“Pues, ¿Qué significa ser
cristiano? La respuesta exhaustiva la ha dado quizás San Pablo, al decir en la
Epístola a lo Gálatas: ‘Vivo yo, pero ya no vivo yo, sino que Cristo vive en
mí’ (2, 20). Y entonces uno continúa así su pensamiento: ‘Y precisamente de ese
modo es como empiezo a ser yo mismo’.
¿Ocurre eso en ti? ¿Puedes decir que has entrado en la inhabitación viva, en la
santa mente de Cristo, y que a partir de ahí has llegado a ser tú mismo? No se
necesita más que hacer esas preguntas para saber en qué punto se está.” (La sabiduría de los salmos en Meditaciones teológicas, Ediciones
Cristiandad, Madrid, 1965, 124-125).
Dando continuidad a lo que
escribimos la semana pasada quisiera comentar este texto de Romano Guardini
donde da respuesta a la pregunta clave para todo el que tiene a Cristo por
Señor: ¿qué significa ser cristiano? Quien conozca el pensamiento de
Guardini sabe ya de la importancia de Galatas 2, 20 en sus escritos teológicos.
Ese “ya no soy yo quien vivo, es Cristo quien vive en mí” expresa lo que
nuestro autor ha denominado
interioridad cristiana. De ella ya hemos hablado
y por lo tanto no me detengo. Ahora, de cómo
se da ese inhabitación del Espíritu Santo es algo que no hemos tratado. ¿Cómo
puede vivir en mí el Señor? ¿Quita mi yo y pone el suyo, me anula a mí y crece
Él?
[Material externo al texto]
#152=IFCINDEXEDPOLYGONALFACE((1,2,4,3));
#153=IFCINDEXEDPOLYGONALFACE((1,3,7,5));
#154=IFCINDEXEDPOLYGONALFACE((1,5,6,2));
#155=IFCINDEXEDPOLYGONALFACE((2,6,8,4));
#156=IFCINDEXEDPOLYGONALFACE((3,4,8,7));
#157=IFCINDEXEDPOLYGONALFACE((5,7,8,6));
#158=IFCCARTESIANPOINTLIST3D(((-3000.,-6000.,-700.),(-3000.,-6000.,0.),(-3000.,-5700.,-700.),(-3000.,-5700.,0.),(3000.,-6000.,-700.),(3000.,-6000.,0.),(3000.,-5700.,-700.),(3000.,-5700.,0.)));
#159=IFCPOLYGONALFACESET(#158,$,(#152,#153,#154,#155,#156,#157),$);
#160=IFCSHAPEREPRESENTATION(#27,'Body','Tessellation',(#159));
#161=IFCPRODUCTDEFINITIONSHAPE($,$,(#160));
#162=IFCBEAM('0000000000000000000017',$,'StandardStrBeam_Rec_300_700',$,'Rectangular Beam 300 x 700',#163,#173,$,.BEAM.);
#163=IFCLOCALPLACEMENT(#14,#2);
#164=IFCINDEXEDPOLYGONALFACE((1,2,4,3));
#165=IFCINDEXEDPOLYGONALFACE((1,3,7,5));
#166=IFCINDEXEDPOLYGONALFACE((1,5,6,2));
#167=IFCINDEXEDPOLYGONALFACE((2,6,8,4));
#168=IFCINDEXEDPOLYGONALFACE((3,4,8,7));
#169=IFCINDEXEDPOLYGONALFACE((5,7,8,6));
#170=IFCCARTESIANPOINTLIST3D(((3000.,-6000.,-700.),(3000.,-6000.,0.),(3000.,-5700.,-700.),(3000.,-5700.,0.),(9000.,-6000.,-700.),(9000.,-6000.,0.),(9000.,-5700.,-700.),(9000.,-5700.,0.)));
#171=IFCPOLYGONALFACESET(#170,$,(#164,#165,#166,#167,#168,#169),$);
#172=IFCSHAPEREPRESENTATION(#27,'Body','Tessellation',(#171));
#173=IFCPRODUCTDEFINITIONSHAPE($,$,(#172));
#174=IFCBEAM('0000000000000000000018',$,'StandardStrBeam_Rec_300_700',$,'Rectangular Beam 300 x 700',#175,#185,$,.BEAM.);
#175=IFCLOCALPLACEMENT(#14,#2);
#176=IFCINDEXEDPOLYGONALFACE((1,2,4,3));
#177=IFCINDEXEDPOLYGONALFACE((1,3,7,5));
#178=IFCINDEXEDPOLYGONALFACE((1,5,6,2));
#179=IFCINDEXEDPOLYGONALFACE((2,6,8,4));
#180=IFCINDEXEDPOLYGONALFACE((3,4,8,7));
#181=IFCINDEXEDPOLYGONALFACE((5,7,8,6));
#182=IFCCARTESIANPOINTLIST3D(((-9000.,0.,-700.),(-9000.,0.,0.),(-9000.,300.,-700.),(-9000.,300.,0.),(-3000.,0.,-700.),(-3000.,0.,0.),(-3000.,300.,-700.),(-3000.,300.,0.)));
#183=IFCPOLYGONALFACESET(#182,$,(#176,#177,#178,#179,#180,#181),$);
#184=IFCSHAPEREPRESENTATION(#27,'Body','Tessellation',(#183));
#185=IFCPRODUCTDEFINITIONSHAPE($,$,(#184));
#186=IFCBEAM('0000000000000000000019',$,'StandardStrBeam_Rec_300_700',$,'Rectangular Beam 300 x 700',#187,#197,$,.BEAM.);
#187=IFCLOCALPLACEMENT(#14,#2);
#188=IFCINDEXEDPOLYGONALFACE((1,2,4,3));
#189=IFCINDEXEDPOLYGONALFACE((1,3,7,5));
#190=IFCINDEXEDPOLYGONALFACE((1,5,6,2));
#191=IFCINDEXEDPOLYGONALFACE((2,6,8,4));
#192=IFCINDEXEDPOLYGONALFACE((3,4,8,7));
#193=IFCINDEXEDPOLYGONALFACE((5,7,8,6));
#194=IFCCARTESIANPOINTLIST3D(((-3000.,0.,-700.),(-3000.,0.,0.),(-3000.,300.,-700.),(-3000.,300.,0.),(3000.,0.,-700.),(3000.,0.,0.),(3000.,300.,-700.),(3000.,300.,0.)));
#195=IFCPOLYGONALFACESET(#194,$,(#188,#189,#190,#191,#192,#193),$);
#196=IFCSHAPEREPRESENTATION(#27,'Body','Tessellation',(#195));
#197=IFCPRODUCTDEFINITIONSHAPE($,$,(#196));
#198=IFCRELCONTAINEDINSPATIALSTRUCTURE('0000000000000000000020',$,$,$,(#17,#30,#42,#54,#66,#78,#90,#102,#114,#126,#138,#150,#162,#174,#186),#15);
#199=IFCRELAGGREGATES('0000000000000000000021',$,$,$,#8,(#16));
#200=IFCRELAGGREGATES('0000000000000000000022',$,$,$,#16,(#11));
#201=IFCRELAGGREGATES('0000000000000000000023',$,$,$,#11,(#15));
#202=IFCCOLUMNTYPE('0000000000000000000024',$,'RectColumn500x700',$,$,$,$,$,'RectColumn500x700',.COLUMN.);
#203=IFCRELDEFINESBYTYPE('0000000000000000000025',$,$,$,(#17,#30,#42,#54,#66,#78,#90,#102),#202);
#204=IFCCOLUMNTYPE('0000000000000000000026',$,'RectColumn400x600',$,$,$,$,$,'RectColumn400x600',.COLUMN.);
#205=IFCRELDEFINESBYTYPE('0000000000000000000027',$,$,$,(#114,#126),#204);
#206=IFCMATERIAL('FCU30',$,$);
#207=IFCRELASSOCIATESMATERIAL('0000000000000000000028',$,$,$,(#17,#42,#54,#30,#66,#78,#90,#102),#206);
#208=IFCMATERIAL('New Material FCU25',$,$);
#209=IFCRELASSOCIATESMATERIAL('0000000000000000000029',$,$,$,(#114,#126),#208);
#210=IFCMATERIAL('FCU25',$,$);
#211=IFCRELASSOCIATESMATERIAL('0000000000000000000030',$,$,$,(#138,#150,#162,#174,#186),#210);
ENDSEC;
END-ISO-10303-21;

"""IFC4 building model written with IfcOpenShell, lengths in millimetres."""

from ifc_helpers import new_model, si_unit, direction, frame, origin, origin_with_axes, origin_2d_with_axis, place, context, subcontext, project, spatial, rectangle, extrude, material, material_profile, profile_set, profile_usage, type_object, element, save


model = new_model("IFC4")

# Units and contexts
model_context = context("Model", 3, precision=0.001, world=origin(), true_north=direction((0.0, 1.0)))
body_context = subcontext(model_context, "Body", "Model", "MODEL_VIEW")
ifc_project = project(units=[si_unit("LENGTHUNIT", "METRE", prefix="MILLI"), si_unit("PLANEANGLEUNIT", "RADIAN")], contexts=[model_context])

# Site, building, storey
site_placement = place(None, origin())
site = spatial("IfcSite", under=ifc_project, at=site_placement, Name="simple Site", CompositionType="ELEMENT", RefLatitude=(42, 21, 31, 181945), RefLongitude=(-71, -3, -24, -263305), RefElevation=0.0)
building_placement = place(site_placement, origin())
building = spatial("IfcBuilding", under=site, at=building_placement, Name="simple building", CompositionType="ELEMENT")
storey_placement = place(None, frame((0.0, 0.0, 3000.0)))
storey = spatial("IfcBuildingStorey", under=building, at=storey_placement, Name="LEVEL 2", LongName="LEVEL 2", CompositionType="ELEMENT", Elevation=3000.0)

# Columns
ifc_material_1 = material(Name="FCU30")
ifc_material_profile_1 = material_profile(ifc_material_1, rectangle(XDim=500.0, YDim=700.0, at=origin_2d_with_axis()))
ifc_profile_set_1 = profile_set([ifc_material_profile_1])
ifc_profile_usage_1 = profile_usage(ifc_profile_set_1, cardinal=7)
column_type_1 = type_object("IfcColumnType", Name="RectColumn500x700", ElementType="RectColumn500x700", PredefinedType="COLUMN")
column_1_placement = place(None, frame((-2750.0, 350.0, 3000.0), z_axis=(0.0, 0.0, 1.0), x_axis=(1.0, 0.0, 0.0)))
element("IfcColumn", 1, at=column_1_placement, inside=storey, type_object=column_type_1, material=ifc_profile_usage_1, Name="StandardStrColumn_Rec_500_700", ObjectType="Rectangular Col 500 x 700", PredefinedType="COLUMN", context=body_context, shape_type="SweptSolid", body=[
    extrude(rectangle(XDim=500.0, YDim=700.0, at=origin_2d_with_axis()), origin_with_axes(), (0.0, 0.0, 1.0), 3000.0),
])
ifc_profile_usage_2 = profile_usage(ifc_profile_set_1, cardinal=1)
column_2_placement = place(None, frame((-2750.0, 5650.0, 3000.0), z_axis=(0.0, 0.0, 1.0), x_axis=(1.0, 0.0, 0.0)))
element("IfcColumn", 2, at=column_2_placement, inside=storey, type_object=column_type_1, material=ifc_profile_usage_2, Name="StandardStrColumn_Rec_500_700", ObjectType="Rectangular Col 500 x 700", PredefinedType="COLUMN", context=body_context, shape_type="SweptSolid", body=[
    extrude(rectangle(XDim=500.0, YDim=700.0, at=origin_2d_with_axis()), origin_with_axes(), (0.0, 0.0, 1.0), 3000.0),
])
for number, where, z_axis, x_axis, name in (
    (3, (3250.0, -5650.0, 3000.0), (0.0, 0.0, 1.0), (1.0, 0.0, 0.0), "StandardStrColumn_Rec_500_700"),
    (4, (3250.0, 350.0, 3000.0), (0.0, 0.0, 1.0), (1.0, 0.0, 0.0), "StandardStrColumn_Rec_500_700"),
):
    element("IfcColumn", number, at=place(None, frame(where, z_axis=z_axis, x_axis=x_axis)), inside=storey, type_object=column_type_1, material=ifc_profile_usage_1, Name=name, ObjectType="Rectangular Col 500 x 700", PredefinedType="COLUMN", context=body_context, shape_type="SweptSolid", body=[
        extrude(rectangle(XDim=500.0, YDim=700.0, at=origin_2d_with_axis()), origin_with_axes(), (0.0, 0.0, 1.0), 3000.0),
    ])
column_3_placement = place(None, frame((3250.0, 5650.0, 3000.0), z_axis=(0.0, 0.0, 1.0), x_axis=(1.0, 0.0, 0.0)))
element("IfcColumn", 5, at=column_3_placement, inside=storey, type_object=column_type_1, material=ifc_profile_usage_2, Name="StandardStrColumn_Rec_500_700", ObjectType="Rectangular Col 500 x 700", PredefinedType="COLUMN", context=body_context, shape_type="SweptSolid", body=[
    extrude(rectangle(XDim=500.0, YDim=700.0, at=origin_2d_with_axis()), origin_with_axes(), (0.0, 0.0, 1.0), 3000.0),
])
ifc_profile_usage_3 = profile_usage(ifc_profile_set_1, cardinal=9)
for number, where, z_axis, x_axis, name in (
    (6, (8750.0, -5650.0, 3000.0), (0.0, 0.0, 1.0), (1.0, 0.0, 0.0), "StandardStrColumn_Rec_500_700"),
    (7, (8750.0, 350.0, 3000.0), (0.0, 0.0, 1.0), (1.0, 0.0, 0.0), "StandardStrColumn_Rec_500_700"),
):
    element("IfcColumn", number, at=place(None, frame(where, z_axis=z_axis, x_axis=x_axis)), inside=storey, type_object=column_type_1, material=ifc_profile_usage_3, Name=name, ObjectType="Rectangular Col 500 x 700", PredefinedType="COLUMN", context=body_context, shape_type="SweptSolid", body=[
Escribe Guardini:
“Esto no significa que en la existencia
cristiana sea anulado el «yo» humano y entre en su lugar Cristo; sino que,
precisamente por vivir Cristo en mí –y sólo por eso- me hago yo realmente yo-mismo
– aquel yo-mismo que Dios pensó al crearme- que con ello se
despierta en mí la capacidad de poder ser verdadero principio, y decidirme por
mí mismo y realizarme ” (Libertad, gracia y destino, Lumen, Buenos Aires, 1987, 70).
Guardini comenta el encuentro de
Cristo con la Samaritana (Juan 4, 1- 45) para explicar esta realidad.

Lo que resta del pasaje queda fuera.